*ABOUT THIS EXERCISE*. Wherever the word "IFCREPRESENTATIONMAP" appears in a line of the records, copy that line.

### EXTRACTED INFORMATION

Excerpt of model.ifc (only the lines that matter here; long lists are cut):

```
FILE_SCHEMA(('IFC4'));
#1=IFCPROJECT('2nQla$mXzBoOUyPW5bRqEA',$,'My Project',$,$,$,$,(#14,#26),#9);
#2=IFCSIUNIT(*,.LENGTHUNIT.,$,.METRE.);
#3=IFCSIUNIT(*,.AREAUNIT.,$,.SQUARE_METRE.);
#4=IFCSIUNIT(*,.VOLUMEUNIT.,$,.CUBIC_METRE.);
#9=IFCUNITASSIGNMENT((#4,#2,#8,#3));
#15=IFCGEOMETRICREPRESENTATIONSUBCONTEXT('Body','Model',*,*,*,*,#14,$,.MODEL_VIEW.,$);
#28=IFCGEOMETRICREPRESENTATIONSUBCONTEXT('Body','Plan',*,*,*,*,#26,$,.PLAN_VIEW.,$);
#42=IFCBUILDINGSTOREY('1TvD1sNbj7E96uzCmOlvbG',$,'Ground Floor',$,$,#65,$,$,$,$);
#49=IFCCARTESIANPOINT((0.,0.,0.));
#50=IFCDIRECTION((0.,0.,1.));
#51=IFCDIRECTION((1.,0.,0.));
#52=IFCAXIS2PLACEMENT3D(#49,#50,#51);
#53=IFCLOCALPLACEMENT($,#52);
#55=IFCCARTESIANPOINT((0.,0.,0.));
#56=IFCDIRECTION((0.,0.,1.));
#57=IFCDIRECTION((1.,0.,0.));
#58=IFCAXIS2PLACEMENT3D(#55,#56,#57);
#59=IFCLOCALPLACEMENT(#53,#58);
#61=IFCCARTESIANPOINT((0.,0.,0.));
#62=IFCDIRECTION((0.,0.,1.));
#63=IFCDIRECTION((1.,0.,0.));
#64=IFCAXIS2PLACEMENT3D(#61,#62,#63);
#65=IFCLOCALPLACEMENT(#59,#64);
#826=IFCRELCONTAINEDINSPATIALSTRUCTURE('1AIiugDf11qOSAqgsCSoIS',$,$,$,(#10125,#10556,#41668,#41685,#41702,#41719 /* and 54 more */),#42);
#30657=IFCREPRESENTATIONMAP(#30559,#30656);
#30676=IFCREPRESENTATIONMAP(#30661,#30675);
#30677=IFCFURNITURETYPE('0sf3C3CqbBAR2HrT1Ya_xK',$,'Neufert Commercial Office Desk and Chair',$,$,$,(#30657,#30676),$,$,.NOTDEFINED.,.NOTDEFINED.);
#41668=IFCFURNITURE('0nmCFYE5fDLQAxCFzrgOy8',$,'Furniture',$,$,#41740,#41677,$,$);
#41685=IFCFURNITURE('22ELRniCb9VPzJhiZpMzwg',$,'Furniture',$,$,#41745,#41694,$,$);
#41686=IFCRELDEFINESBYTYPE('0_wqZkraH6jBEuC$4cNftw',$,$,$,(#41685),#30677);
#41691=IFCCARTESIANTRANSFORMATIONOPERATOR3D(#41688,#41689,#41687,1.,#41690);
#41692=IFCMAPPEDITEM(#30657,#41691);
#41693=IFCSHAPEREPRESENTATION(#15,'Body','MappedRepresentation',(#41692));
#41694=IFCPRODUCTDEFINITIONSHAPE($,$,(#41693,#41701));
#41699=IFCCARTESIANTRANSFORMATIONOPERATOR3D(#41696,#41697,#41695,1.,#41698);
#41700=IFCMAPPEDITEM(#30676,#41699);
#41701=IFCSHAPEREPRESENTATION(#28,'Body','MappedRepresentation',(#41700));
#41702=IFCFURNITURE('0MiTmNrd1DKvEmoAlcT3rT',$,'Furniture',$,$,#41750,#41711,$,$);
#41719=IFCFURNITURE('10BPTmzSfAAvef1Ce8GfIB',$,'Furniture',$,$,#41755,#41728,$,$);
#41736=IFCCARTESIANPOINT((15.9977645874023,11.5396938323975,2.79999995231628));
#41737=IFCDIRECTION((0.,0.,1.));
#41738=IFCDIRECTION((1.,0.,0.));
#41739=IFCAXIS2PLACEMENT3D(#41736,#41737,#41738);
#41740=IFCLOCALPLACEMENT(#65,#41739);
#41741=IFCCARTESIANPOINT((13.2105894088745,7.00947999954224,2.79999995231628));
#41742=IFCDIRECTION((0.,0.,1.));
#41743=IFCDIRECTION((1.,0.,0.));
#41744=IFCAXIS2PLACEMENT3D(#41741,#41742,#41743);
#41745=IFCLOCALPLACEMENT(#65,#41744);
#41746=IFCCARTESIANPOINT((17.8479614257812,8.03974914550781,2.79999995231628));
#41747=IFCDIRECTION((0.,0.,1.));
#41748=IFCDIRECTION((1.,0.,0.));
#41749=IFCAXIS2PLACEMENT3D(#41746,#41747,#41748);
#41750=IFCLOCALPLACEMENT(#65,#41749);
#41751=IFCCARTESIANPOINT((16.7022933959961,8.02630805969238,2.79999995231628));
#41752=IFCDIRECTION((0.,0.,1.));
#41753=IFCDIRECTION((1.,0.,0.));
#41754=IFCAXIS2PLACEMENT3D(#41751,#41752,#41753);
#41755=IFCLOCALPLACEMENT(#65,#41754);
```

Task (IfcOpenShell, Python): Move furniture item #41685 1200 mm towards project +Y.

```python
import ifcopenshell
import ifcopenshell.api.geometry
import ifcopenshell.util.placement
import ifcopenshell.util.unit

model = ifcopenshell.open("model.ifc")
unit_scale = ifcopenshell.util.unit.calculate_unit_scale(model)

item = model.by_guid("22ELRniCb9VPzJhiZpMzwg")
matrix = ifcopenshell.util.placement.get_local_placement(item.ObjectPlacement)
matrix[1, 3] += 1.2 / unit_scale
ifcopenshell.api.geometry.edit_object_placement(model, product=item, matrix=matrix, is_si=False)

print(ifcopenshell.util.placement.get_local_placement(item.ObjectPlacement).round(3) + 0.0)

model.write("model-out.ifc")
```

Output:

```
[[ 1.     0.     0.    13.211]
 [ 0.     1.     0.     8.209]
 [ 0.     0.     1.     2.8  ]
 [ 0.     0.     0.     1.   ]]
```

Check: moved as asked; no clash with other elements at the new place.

######
### EXTRACTED INFORMATION

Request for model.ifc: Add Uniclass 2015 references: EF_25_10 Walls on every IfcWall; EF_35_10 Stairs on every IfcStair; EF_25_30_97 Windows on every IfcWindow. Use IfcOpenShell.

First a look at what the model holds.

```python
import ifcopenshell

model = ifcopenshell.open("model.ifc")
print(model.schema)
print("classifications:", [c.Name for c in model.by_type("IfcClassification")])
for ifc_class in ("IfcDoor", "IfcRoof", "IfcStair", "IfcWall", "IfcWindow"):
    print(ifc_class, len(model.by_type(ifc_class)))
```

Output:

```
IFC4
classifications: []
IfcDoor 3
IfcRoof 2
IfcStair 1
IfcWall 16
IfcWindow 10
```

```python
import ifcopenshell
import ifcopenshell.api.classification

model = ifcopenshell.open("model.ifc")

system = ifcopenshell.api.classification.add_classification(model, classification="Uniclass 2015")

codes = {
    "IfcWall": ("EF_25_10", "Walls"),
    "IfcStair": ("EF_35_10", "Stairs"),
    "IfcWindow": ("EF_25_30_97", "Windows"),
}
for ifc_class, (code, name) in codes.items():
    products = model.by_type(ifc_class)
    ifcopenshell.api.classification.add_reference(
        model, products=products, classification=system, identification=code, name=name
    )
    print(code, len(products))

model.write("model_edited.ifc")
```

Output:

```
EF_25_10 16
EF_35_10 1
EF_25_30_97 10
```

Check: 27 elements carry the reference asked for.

######
### EXTRACTED INFORMATION

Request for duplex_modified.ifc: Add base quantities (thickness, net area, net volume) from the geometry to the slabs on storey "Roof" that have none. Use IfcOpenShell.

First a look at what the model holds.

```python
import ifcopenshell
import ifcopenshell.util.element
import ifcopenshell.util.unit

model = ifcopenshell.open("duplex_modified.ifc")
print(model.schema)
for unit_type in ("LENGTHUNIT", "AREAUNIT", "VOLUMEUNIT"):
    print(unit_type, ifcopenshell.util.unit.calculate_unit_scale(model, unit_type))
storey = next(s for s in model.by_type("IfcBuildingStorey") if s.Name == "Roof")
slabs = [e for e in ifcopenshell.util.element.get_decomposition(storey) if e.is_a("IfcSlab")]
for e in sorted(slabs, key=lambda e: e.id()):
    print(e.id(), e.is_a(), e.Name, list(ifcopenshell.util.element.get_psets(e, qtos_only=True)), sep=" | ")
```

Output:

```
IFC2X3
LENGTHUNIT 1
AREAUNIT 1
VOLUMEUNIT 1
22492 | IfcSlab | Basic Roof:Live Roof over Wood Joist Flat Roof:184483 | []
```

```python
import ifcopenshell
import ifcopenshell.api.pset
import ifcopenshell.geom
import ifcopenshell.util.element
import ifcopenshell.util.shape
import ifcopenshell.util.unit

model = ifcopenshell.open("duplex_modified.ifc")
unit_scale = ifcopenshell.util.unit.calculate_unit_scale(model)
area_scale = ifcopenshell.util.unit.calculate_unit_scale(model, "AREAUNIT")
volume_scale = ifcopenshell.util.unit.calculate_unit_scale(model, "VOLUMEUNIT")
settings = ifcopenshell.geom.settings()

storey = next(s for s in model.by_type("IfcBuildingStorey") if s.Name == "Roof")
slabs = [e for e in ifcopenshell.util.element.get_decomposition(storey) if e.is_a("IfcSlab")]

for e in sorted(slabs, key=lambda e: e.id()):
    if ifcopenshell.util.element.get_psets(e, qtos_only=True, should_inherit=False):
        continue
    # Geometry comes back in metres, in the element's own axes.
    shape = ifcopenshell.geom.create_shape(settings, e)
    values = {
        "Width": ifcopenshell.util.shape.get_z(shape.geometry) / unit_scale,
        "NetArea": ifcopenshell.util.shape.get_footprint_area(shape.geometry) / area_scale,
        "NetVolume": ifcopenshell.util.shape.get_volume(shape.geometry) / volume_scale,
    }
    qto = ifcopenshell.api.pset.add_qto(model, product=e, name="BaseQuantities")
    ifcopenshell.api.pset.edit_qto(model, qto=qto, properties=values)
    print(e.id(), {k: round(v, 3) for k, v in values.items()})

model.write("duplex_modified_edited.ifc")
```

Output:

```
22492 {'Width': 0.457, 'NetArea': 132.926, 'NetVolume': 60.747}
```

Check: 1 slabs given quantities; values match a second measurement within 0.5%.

######

*PROBLEM SOLUTION*.
#30657=IFCREPRESENTATIONMAP(#30559,#30656);
#30676=IFCREPRESENTATIONMAP(#30661,#30675);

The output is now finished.